Congratulations to a truly beautiful couple. May your marriage be exceptionally long and exceptionally strong!


----------



## Tarella (Jan 20, 2007)

Loved, loved, loved the photos. Thanks so much for sharing your special day. You both looked awesome. Amazing cake as well!! Congratulations yet again. May all your dreams come true together.

Tara


----------



## cosulivan84 (Jan 20, 2007)

congratulations. You both look so happy. And you looked stunning i love the dress your wearing. My fav photo is the one in black and white though with the red flowers very beautiful.


----------



## kathynoon (Jan 20, 2007)

Congratulations. You both look great, and very happy. many happy years together. May all your dreams as a couple come true.


----------



## toni (Jan 20, 2007)

I love weddings! Congratulations, you looked BEAUTIFUL! :smitten:


----------



## Violet_Beauregard (Jan 20, 2007)

Congratulations.... lovely photos! Much luck and happiness to you both!


----------



## Littleghost (Jan 20, 2007)

Everything/one looks marvelous, especially the cake. Many happy wishes!


----------



## Eclectic_Girl (Jan 20, 2007)

Congratulations! You both look very happy, as well you should be! 

Thanks for sharing your joy with the rest of us!


----------



## Jay West Coast (Jan 21, 2007)

One more congrats, and you two look great in the photos!


----------



## mejix (Jan 21, 2007)

_once again congratulations and many many blessings!
~_


*


----------



## ValentineBBW (Jan 21, 2007)

Congratulations to you both! Laura, you look stunning in those pics...thanks for sharing


----------



## PrettyKitty (Jan 21, 2007)

Congratulations.


----------



## mossystate (Jan 21, 2007)

....   .....


----------



## ThatFatGirl (Jan 21, 2007)

mossystate said:


> ....   .....



Yay! Thanks for the smiles.. thanks everyone for the beautiful comments and good wishes. 

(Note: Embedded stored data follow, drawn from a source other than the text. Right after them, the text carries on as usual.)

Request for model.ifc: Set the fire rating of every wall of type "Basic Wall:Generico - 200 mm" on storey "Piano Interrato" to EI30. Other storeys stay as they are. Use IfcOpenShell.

First a look at what the model holds.

```python
import ifcopenshell
import ifcopenshell.util.element

model = ifcopenshell.open("model.ifc")
print(model.schema)
storey = next(s for s in model.by_type("IfcBuildingStorey") if s.Name == "Piano Interrato")
walls = [e for e in ifcopenshell.util.element.get_decomposition(storey) if e.is_a("IfcWall")]
seen = {}
for e in walls:
    element_type = ifcopenshell.util.element.get_type(e)
    key = (element_type.Name if element_type != e and element_type else None, ifcopenshell.util.element.get_pset(e, "Pset_WallCommon", "FireRating"))
    seen[key] = seen.get(key, 0) + 1
for (name, value), count in sorted(seen.items(), key=str):
    print(count, "x", name, "|", value)
```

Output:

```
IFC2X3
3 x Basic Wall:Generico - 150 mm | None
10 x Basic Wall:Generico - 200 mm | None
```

```python
import ifcopenshell
import ifcopenshell.api.pset
import ifcopenshell.util.element

model = ifcopenshell.open("model.ifc")

storey = next(s for s in model.by_type("IfcBuildingStorey") if s.Name == "Piano Interrato")
walls = [e for e in ifcopenshell.util.element.get_decomposition(storey) if e.is_a("IfcWall")]

count = 0
for e in walls:
    element_type = ifcopenshell.util.element.get_type(e)
    if element_type in (None, e) or element_type.Name != "Basic Wall:Generico - 200 mm":
        continue
    # add_pset returns the element's existing set when there is one.
    pset = ifcopenshell.api.pset.add_pset(model, product=e, name="Pset_WallCommon")
    ifcopenshell.api.pset.edit_pset(model, pset=pset, properties={"FireRating": "EI30"})
    count += 1

print(count, "walls updated")

model.write("model_rev.ifc")
```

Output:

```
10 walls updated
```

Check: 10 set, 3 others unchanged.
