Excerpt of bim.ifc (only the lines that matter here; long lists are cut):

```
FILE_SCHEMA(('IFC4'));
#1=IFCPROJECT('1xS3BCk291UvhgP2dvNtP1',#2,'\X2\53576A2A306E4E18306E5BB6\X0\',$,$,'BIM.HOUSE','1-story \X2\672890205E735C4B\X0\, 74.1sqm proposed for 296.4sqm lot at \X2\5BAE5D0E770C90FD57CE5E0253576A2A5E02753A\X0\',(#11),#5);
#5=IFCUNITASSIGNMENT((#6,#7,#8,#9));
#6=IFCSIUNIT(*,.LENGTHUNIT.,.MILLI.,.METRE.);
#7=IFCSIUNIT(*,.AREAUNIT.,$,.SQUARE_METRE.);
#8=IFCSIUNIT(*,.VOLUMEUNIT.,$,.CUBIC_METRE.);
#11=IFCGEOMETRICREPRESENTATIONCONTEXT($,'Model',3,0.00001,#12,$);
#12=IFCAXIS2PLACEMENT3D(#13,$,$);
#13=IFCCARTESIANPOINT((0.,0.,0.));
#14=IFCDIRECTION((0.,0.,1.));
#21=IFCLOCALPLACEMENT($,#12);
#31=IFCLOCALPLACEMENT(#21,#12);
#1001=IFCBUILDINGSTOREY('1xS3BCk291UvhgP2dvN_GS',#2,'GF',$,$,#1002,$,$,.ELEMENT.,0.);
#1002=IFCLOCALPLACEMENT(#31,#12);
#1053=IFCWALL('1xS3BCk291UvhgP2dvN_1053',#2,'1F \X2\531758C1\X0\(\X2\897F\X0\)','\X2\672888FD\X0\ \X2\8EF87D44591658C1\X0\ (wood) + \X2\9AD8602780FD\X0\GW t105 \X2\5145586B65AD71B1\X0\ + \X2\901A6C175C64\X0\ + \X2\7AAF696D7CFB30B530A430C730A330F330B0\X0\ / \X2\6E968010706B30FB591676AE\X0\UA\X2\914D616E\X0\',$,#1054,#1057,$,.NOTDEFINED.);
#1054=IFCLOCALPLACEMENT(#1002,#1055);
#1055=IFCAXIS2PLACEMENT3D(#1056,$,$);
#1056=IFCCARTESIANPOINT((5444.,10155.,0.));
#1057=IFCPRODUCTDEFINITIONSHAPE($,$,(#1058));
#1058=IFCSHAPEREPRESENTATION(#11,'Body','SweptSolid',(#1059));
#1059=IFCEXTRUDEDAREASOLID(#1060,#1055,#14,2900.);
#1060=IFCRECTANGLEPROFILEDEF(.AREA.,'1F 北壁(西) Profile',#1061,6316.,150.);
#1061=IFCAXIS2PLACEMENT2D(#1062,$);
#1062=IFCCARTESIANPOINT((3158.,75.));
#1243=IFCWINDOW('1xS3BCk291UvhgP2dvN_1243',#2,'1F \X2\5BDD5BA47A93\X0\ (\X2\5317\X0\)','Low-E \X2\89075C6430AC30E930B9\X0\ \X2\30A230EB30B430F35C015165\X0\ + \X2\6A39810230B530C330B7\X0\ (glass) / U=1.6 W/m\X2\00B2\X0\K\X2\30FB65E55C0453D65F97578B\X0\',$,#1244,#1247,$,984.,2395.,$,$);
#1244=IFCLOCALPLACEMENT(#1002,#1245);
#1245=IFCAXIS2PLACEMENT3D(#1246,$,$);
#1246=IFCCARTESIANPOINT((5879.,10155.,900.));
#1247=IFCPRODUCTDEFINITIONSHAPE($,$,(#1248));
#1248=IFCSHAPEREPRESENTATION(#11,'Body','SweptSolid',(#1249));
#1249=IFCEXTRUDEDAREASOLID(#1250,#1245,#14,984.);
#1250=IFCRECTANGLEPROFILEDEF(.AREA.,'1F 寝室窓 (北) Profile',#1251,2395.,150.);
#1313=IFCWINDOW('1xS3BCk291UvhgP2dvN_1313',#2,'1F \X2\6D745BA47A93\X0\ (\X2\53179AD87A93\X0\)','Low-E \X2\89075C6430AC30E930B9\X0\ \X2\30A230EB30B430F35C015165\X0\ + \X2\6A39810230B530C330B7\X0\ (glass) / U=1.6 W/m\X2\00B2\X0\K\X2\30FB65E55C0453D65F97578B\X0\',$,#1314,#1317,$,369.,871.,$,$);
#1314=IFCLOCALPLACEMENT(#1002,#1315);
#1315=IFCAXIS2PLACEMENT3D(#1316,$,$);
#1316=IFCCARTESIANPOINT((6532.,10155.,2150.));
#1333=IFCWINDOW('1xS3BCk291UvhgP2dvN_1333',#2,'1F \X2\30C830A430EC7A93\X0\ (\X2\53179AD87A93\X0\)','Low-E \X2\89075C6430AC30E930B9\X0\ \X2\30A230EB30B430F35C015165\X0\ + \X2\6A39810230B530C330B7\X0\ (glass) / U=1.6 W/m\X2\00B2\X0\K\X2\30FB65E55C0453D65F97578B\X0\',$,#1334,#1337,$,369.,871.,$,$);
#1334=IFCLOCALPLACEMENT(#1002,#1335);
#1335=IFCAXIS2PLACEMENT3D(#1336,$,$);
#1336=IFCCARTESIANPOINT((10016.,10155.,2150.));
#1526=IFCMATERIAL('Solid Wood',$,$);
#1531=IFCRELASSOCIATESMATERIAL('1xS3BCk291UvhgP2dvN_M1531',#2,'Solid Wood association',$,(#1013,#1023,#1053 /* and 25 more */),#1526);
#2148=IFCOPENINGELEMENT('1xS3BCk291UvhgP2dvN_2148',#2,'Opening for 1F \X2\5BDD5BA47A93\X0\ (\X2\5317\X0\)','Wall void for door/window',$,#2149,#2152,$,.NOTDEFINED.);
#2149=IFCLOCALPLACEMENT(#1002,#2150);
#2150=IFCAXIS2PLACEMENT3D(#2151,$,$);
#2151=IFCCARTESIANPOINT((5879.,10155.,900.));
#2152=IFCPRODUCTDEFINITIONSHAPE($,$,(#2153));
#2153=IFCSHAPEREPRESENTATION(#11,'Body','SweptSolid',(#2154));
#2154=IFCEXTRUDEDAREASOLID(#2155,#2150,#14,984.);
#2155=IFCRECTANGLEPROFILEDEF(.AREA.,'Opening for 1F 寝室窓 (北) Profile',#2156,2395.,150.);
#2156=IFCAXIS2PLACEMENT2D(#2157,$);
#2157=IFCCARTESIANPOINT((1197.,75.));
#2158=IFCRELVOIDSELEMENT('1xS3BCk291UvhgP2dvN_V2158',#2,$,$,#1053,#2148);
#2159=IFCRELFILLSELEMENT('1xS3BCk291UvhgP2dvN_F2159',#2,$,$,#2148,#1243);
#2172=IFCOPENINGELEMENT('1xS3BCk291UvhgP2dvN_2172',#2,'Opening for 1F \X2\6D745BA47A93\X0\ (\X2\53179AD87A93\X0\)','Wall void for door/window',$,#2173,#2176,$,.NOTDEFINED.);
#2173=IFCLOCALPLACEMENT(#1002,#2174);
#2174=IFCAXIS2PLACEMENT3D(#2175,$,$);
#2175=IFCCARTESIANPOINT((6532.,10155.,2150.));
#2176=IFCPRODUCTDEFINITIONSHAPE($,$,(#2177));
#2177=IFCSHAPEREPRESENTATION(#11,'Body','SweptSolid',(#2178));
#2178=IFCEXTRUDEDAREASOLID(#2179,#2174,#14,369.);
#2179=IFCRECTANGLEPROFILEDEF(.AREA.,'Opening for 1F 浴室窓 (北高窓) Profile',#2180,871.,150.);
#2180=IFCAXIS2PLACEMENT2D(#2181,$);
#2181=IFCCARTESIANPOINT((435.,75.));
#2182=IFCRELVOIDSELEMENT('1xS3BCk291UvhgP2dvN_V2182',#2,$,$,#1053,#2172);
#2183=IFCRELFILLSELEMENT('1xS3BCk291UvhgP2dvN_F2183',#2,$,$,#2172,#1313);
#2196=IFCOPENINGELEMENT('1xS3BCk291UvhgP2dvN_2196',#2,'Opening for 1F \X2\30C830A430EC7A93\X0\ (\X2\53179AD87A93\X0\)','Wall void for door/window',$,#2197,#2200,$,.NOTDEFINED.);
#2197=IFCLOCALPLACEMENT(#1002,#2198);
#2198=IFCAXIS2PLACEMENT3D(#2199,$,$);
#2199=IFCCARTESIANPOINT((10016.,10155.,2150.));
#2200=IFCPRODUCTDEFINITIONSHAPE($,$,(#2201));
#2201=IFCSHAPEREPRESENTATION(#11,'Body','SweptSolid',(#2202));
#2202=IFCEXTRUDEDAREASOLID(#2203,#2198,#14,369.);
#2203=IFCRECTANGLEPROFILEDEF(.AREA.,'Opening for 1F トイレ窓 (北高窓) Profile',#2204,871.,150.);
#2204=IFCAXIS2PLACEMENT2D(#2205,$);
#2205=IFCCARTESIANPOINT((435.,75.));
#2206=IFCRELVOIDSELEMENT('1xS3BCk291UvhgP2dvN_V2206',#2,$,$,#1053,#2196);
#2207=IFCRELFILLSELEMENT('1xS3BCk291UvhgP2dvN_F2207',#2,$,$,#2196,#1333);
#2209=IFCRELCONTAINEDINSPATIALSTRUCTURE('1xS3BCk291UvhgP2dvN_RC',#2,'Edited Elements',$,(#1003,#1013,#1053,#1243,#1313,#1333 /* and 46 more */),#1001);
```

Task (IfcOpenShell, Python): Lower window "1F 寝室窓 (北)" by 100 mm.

```python
import numpy as np
import ifcopenshell
import ifcopenshell.api.geometry
import ifcopenshell.util.placement
import ifcopenshell.util.unit

model = ifcopenshell.open("bim.ifc")
unit_scale = ifcopenshell.util.unit.calculate_unit_scale(model)

window = model.by_guid("1xS3BCk291UvhgP2dvN_1243")
opening = window.FillsVoids[0].RelatingOpeningElement
dz = -0.1 / unit_scale

shift = np.array([0.0, 0.0, dz])
# The window is not placed relative to its opening, so move both.
for product in (opening, window):
    matrix = ifcopenshell.util.placement.get_local_placement(product.ObjectPlacement)
    matrix[:3, 3] += shift
    ifcopenshell.api.geometry.edit_object_placement(model, product=product, matrix=matrix, is_si=False)

print(f"moved by {dz * unit_scale:+.3f} m")

model.write("bim_v2.ifc")
```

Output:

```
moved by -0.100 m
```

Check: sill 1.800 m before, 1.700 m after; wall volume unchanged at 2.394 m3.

This place makes my heart swell and puts a smile on my face. :wubu:


----------



## UncannyBruceman (Jan 21, 2007)

You guys look great, congratulations and best wishes!!


----------



## TheSadeianLinguist (Jan 21, 2007)

Wow! You just look stunning!

FYI, I don't plan on wearing white either. Glad I'm not the only one.

Congrats! 

Oh, and I'll tell you what my grandmother told me about the first child... Did you know that while most babies take nine months, the first one can come at any time after the wedding?  Just fair that SOMEONE warns you.


----------



## Theatrmuse/Kara (Jan 22, 2007)

Congratulations !!!!!!! You make such a sweet looking couple and you are a lovely bride!!!!!!!!!!!!!

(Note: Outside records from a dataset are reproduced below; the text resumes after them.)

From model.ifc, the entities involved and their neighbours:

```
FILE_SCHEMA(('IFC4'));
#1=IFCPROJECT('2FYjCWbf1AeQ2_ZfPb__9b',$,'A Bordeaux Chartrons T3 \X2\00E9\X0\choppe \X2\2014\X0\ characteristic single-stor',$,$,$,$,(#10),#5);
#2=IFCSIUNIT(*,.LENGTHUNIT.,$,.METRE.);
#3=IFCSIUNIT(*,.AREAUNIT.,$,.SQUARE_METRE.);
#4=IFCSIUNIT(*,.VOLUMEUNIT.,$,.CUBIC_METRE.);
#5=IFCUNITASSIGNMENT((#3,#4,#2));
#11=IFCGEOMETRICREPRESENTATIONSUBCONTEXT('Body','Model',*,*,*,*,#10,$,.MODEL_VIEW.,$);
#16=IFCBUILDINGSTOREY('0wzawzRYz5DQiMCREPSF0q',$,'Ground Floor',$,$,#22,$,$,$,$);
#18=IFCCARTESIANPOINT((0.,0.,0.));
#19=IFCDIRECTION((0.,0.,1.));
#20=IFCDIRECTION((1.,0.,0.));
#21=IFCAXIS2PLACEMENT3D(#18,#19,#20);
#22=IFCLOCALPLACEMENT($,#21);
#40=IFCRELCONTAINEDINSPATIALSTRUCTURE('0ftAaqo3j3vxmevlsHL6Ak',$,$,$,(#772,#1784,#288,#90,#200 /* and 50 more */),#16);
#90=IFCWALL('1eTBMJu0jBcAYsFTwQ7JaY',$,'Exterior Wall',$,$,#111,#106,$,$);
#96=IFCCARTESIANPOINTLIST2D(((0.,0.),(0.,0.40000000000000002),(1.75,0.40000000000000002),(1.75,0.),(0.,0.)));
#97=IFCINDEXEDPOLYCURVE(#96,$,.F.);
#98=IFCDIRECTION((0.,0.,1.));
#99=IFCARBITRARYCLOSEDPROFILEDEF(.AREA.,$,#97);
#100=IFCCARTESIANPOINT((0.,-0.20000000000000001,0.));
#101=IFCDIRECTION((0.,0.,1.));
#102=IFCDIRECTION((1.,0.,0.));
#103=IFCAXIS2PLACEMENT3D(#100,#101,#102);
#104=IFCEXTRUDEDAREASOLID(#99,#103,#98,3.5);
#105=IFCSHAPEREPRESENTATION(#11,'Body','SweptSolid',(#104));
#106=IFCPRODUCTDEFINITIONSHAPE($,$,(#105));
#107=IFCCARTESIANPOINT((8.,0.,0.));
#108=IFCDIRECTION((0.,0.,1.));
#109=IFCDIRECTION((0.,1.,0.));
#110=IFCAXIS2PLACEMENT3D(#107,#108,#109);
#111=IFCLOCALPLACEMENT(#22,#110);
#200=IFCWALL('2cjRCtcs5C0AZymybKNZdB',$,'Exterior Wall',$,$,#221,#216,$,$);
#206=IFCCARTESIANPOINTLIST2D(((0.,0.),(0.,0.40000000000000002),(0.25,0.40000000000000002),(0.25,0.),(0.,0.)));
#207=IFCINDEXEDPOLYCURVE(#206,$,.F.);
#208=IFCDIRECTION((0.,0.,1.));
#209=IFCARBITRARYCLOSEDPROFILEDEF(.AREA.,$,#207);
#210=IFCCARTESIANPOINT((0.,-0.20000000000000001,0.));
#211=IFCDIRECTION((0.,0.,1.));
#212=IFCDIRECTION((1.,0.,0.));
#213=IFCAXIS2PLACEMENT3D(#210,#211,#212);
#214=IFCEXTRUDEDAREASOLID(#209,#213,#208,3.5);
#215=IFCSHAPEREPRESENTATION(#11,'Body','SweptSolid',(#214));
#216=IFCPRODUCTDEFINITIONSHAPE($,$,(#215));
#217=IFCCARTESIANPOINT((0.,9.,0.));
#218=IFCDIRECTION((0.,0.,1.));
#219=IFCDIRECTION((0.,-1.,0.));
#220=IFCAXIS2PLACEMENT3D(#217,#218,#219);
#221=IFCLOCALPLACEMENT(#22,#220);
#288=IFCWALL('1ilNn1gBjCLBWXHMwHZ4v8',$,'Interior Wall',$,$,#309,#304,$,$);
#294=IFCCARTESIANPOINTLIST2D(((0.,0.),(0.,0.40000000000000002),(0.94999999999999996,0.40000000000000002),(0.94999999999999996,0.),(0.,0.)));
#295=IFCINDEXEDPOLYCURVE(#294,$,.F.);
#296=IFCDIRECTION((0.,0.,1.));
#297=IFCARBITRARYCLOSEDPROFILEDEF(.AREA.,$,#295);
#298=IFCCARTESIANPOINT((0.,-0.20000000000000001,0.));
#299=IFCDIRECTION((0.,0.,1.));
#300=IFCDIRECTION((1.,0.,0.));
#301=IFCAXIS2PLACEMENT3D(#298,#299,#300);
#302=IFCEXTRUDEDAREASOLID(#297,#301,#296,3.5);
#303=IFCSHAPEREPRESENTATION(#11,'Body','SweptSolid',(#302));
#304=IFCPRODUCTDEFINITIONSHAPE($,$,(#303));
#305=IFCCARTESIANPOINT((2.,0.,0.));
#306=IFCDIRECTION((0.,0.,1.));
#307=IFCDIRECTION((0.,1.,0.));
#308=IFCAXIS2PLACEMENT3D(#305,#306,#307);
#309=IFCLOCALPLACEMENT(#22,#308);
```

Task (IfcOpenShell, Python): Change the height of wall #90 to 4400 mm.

```python
import ifcopenshell
import ifcopenshell.geom
import ifcopenshell.util.representation
import ifcopenshell.util.shape

model = ifcopenshell.open("model.ifc")
settings = ifcopenshell.geom.settings()


def volume(element):
    """Net volume in cubic metres, openings subtracted."""
    shape = ifcopenshell.geom.create_shape(settings, element)
    return ifcopenshell.util.shape.get_volume(shape.geometry)


wall = model.by_id(90)
before = volume(wall)

body = ifcopenshell.util.representation.get_representation(wall, "Model", "Body")
solid = body.Items[0]
old_height = solid.Depth
solid.Depth = 4.4
after = volume(wall)

print(f"height {old_height:g} -> {solid.Depth:g}, volume {before:.3f} -> {after:.3f} m3")

model.write("model_updated.ifc")
```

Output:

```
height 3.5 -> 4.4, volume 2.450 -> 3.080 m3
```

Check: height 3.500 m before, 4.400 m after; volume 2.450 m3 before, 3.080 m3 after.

Wedding hugs and kisses, Kara


----------



## Tad (Jan 22, 2007)

You looked great! (OK, you look great in all the pictures I've seen of you, but even more so in these ones). I'm SOOOOOOO happy for the two of you--rarely have I known of a more deserving couple.

-Ed


----------



## abluesman (Jan 22, 2007)

You look simply stunning, Laura. Congrats to you both. True love really is a most wonderful thing, isn't it?


----------



## crazygrad (Jan 22, 2007)

just another congrats and best wishes for a lifetime of happiness!


----------



## moonvine (Jan 22, 2007)

Such lovely photos - congratulations!


----------



## The Obstreperous Ms. J (Jan 22, 2007)

Mahzeltov! Mahzeltov!

Thank you for sharing the lovely pictures of your special day.


----------



## Jes (Jan 22, 2007)

I certainly hope you 2 registered at lots of furniture stores.


----------



## calauria (Jan 22, 2007)

Awwwww, you looks so beautiful!! Love the dress!! You're such a handsome couple!!!


----------



## Jane (Jan 22, 2007)

I am so happy for you both!!!!!


----------



## DebbieBBW (Jan 22, 2007)

Congrats to you both! You look so beautiful! Thank you so much for sharing and best wishes!:wubu:


----------



## Admiral_Snackbar (Jan 23, 2007)

Laura, having known you as long as we have, I want to say congratulations and wish you and your lucky husband many, many years of happiness and love!

_Amor vincit omnia!_

- Mr. and Mrs. Snackbar


----------



## MoonGoddess (Jan 23, 2007)

*Potete ripartire un corso della vita di amore*

_
May you share a lifetime of love..._


----------



## Still a Skye fan (Jan 23, 2007)

Awww...such nice pics!

My biggest congratulations to you both!


Dennis


----------



## TallFatSue (Jan 30, 2007)

What a wonderful couple! It does my heart proud to see another lovely fat woman happily married to a great guy. If you are even half as happy as Art & I have been for almost a quarter-century, you'll find it highly skewed in the direction of wedded bliss. We wish you all the best.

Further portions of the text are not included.